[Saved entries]

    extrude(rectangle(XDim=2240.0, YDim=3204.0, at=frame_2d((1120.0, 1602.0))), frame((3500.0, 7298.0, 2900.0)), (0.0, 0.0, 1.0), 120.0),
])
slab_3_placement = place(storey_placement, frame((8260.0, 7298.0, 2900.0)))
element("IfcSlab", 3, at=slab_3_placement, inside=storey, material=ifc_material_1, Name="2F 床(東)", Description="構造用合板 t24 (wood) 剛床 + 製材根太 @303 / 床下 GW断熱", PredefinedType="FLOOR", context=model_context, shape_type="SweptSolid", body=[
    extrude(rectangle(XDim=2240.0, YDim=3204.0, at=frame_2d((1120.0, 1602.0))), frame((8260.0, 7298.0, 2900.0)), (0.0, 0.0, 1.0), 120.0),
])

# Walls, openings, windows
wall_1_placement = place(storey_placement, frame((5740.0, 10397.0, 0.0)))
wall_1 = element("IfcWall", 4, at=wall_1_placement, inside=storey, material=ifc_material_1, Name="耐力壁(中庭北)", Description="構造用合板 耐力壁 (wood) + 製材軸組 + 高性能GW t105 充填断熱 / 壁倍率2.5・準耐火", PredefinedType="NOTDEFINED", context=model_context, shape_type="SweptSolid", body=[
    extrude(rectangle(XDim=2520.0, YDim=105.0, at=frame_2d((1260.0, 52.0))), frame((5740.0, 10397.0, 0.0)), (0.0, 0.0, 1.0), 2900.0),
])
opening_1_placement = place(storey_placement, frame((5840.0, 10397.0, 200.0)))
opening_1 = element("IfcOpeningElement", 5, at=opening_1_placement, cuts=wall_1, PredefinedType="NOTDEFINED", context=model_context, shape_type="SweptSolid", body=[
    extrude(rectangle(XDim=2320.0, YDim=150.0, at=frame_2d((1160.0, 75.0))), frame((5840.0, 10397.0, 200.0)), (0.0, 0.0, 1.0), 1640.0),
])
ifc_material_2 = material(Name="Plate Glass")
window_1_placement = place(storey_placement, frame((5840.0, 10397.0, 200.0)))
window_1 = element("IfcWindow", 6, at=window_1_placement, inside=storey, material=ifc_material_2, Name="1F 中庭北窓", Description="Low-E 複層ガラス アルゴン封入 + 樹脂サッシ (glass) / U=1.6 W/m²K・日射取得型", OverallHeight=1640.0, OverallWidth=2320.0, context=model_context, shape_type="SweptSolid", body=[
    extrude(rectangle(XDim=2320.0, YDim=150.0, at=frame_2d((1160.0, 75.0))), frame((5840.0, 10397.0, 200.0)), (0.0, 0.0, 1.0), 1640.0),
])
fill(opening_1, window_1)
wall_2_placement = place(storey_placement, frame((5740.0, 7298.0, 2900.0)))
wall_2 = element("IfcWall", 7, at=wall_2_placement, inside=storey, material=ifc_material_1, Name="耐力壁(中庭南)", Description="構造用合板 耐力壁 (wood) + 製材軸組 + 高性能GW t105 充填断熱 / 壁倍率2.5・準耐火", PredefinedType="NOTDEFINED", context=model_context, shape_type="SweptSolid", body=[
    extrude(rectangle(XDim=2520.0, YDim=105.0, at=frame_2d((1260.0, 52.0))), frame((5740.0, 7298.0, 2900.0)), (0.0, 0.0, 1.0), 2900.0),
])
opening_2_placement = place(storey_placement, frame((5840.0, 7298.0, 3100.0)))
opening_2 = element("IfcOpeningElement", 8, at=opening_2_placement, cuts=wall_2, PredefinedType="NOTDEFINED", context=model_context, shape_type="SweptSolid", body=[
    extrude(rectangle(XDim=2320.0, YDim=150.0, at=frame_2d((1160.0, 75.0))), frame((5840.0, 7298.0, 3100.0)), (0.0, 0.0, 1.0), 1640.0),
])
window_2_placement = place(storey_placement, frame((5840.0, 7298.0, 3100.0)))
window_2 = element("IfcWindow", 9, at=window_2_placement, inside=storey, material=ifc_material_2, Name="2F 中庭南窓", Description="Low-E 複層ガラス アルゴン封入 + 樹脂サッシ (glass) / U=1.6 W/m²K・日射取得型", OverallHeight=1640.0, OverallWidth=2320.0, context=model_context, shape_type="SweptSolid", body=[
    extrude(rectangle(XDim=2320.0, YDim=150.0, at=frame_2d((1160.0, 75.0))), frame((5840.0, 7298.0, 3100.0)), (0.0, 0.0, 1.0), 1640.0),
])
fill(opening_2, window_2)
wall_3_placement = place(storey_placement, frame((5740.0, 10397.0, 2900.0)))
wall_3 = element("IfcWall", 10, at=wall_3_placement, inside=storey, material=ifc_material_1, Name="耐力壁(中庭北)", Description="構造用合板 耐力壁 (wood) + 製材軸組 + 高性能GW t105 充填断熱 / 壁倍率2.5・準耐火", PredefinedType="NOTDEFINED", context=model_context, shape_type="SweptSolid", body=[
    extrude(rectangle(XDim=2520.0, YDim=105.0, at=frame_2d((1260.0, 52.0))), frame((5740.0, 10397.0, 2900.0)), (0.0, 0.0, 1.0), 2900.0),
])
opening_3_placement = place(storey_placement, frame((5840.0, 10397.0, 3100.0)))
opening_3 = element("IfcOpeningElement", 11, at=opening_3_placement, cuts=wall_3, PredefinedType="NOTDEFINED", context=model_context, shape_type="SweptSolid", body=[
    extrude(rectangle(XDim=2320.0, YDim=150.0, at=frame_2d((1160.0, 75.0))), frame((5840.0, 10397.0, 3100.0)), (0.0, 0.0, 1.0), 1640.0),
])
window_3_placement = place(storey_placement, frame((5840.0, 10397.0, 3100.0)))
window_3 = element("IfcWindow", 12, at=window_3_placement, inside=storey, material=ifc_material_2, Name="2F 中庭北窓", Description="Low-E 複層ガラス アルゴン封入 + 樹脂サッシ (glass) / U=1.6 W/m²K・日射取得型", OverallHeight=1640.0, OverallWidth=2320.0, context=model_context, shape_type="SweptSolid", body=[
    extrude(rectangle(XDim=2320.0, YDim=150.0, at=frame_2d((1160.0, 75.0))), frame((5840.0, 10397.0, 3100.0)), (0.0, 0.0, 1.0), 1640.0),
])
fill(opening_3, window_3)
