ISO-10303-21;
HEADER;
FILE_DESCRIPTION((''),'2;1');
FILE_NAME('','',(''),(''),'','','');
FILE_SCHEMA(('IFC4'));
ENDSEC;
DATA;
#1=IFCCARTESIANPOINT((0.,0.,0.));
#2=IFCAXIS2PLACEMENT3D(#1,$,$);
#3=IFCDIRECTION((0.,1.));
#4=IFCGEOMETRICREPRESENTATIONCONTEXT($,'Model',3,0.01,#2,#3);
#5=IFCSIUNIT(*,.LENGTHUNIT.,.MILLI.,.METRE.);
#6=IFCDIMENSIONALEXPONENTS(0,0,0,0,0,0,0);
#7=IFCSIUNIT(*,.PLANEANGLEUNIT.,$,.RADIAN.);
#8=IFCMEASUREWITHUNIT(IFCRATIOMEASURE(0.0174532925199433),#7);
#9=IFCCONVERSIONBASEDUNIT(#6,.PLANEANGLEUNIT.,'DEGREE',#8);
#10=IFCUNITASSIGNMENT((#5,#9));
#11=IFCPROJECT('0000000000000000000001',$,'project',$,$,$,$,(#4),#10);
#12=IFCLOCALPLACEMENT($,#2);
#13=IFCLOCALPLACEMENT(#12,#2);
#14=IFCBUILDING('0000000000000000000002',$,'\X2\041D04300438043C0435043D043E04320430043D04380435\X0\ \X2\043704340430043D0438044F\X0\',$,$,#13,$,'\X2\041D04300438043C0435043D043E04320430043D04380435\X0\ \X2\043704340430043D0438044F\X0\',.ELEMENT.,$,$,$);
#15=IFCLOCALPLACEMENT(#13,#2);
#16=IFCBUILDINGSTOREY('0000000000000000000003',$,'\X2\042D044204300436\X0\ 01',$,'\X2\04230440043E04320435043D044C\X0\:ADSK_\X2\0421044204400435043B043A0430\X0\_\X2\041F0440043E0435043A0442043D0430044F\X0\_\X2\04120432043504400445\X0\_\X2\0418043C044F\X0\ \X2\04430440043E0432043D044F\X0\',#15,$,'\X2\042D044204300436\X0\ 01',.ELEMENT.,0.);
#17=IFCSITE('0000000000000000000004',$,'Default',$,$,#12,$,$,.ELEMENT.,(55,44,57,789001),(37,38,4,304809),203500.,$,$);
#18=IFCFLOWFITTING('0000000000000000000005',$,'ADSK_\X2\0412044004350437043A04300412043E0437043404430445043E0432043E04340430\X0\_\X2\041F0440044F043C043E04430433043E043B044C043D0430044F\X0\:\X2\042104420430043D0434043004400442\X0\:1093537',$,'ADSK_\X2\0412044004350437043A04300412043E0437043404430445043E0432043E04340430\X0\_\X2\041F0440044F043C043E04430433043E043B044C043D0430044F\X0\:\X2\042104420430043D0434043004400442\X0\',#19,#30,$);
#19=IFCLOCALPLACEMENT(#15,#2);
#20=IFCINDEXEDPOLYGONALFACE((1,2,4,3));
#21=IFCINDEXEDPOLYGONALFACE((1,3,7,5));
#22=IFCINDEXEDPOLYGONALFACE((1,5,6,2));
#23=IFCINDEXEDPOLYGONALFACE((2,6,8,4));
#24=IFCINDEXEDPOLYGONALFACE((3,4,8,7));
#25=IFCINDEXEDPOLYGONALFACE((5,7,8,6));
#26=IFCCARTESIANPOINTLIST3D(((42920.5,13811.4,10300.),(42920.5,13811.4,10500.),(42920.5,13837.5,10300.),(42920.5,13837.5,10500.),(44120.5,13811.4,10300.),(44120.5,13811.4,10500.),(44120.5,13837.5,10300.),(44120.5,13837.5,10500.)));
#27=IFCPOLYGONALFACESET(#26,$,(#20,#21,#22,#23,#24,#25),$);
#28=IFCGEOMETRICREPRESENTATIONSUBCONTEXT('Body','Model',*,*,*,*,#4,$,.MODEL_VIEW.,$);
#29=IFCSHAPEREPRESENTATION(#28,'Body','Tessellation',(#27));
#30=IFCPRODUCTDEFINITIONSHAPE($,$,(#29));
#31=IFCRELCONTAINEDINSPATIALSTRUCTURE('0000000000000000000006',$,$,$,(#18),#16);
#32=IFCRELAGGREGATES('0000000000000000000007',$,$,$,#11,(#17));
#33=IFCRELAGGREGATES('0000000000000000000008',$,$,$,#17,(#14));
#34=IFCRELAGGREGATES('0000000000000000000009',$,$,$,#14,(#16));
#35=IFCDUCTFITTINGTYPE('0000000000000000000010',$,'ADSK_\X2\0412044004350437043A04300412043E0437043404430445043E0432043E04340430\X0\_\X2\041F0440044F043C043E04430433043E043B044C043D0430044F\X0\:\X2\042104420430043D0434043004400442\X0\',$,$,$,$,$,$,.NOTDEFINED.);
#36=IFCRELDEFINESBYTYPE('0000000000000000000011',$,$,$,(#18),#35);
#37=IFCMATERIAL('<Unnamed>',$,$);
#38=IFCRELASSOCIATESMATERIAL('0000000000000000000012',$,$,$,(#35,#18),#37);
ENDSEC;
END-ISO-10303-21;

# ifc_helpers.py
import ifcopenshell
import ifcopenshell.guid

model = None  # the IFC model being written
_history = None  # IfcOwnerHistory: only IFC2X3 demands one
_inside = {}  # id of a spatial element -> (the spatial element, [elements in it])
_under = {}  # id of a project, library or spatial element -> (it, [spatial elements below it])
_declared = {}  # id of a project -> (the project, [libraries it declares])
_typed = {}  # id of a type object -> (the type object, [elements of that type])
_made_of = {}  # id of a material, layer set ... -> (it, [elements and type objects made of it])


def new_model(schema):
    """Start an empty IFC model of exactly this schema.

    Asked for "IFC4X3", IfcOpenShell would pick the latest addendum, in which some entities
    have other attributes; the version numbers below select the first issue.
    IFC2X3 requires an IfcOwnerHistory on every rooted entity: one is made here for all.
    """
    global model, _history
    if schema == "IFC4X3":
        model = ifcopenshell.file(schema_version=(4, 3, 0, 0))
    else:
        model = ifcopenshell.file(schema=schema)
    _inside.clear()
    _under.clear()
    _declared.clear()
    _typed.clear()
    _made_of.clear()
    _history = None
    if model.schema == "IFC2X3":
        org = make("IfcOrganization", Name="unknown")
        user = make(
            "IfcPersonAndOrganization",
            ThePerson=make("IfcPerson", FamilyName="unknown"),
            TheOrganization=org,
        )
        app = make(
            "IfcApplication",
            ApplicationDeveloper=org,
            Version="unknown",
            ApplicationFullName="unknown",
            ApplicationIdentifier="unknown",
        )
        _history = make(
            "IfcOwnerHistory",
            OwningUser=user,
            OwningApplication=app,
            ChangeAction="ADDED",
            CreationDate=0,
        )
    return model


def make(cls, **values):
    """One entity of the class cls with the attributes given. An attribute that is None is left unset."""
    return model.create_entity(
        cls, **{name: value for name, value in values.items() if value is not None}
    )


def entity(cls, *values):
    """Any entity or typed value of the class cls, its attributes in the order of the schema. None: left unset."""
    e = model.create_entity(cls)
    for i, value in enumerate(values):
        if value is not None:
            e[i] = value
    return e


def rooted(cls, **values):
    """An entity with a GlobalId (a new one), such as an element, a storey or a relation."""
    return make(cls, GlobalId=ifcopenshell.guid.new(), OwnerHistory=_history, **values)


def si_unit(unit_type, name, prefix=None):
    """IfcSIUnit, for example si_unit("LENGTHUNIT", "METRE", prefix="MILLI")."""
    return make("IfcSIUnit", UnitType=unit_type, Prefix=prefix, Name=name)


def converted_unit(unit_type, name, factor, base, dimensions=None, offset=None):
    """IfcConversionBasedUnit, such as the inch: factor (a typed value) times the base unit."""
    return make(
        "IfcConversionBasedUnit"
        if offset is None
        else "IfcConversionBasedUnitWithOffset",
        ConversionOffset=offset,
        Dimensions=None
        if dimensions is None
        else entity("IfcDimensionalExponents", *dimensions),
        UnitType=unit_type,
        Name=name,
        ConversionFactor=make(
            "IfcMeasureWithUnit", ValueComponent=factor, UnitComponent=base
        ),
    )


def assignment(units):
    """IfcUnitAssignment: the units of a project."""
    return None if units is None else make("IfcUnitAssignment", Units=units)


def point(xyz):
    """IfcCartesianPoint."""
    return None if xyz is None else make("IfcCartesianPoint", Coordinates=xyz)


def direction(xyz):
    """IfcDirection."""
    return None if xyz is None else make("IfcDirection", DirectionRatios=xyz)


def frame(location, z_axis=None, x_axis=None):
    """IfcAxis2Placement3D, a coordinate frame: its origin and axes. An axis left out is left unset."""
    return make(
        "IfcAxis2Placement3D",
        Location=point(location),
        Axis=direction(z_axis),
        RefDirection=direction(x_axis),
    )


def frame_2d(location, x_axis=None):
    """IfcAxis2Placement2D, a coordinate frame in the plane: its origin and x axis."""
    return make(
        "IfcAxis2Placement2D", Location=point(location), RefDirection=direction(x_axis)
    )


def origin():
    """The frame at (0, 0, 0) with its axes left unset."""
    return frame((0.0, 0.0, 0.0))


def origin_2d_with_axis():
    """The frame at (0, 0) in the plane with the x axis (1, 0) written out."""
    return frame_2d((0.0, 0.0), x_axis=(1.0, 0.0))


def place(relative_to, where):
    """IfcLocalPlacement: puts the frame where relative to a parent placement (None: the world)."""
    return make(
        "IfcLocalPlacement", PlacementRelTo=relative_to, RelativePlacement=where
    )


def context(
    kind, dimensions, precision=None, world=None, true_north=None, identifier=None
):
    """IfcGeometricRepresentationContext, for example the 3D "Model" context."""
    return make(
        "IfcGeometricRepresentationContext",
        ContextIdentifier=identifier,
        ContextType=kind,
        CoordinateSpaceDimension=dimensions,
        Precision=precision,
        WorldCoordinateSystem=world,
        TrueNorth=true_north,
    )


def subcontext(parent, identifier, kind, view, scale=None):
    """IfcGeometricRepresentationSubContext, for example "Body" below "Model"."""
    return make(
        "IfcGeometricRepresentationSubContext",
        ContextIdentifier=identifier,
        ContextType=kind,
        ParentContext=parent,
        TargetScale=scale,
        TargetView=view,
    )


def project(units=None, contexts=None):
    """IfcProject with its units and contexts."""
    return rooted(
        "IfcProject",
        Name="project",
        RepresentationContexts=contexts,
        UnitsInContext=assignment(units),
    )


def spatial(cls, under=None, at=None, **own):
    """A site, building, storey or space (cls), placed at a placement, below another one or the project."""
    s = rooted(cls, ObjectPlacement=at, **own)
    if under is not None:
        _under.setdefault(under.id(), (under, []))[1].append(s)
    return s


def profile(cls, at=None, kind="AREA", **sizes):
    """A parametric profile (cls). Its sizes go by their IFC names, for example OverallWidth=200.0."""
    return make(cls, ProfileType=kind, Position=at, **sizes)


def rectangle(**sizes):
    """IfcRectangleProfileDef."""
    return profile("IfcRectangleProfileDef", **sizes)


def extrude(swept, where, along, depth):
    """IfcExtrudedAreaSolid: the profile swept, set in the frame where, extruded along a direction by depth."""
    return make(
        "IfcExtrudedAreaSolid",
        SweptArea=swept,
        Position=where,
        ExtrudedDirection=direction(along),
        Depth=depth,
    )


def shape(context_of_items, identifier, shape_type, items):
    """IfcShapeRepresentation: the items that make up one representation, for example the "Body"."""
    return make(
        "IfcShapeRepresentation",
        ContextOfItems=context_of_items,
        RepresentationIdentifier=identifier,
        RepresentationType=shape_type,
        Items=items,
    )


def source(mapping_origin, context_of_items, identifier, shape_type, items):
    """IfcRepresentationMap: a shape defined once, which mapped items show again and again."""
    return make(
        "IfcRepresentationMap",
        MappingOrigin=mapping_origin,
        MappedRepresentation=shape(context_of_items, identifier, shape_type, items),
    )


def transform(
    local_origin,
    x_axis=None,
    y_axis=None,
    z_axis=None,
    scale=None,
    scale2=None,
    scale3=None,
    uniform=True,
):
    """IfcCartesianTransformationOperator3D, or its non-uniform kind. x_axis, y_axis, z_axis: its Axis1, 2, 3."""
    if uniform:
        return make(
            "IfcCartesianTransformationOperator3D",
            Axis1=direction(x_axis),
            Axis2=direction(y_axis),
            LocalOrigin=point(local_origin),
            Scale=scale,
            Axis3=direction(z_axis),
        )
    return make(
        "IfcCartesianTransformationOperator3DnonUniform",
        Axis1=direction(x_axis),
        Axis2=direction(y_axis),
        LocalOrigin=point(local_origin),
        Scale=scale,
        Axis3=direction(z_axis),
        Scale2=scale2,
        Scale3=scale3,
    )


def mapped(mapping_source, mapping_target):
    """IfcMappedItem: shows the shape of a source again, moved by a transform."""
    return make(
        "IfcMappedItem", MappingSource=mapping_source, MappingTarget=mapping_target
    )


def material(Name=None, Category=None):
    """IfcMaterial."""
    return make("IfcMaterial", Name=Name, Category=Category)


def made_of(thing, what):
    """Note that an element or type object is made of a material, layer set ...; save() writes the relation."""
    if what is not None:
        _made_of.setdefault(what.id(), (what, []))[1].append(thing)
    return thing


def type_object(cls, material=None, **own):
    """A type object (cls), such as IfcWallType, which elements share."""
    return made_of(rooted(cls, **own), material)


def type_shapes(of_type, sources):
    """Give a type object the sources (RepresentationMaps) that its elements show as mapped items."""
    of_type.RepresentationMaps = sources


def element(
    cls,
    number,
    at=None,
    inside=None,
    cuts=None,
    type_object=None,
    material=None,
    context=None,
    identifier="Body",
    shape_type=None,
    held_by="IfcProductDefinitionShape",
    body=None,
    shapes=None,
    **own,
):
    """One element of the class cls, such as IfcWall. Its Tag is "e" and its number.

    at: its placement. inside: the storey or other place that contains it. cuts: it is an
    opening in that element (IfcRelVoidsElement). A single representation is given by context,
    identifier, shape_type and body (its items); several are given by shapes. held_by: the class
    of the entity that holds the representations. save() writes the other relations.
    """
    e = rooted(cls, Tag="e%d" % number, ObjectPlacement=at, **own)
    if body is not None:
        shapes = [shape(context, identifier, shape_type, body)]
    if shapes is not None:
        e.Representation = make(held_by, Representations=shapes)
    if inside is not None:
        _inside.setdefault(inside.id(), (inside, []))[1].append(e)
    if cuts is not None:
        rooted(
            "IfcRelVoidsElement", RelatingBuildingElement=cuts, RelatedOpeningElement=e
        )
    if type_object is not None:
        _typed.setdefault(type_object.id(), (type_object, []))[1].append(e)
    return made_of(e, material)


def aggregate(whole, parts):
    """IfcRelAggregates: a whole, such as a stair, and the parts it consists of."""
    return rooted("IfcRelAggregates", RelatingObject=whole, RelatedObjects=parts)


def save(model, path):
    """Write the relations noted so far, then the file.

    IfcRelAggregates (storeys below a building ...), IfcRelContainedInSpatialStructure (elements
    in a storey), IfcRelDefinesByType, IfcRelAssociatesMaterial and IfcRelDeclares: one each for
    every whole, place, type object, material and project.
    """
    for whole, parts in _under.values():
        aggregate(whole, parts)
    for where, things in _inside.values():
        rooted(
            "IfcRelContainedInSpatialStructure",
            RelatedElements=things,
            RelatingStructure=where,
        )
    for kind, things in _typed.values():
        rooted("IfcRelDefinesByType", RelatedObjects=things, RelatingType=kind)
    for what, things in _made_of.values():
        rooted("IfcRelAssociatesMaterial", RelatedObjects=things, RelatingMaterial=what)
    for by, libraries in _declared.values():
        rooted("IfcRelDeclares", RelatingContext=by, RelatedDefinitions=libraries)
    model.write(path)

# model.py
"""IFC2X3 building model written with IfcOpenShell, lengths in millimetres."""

from ifc_helpers import new_model, entity, si_unit, converted_unit, direction, frame, origin, origin_2d_with_axis, place, context, subcontext, project, spatial, rectangle, extrude, source, transform, mapped, material, type_object, type_shapes, element, save


model = new_model("IFC2X3")

# Units and contexts
model_context = context("Model", 3, precision=0.01, world=origin(), true_north=direction((0.0, 1.0)))
body_context = subcontext(model_context, "Body", "Model", "MODEL_VIEW")
ifc_project = project(units=[si_unit("LENGTHUNIT", "METRE", prefix="MILLI"), converted_unit("PLANEANGLEUNIT", "DEGREE", entity("IfcRatioMeasure", 0.0174532925199433), si_unit("PLANEANGLEUNIT", "RADIAN"), dimensions=[0, 0, 0, 0, 0, 0, 0])], contexts=[model_context])

# Site, building, storey
site_placement = place(None, origin())
site = spatial("IfcSite", under=ifc_project, at=site_placement, Name="Default", CompositionType="ELEMENT", RefLatitude=(55, 44, 57, 789001), RefLongitude=(37, 38, 4, 304809), RefElevation=203500.0)
building_placement = place(site_placement, origin())
building = spatial("IfcBuilding", under=site, at=building_placement, Name="Наименование здания", LongName="Наименование здания", CompositionType="ELEMENT")
storey_placement = place(building_placement, origin())
storey = spatial("IfcBuildingStorey", under=building, at=storey_placement, Name="Этаж 01", ObjectType="Уровень:ADSK_Стрелка_Проектная_Вверх_Имя уровня", LongName="Этаж 01", CompositionType="ELEMENT", Elevation=0.0)

# Shared definitions
ifc_material_1 = material(Name="<Unnamed>")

◆ **TASK PROMPT**:
The lines holding the word "樹脂サッシ" are the answer. Pull them out of the records and copy them.

◆ **ANSWER BOX**:
window_1 = element("IfcWindow", 6, at=window_1_placement, inside=storey, material=ifc_material_2, Name="1F 中庭北窓", Description="Low-E 複層ガラス アルゴン封入 + 樹脂サッシ (glass) / U=1.6 W/m²K・日射取得型", OverallHeight=1640.0, OverallWidth=2320.0, context=model_context, shape_type="SweptSolid", body=[
window_2 = element("IfcWindow", 9, at=window_2_placement, inside=storey, material=ifc_material_2, Name="2F 中庭南窓", Description="Low-E 複層ガラス アルゴン封入 + 樹脂サッシ (glass) / U=1.6 W/m²K・日射取得型", OverallHeight=1640.0, OverallWidth=2320.0, context=model_context, shape_type="SweptSolid", body=[
window_3 = element("IfcWindow", 12, at=window_3_placement, inside=storey, material=ifc_material_2, Name="2F 中庭北窓", Description="Low-E 複層ガラス アルゴン封入 + 樹脂サッシ (glass) / U=1.6 W/m²K・日射取得型", OverallHeight=1640.0, OverallWidth=2320.0, context=model_context, shape_type="SweptSolid", body=[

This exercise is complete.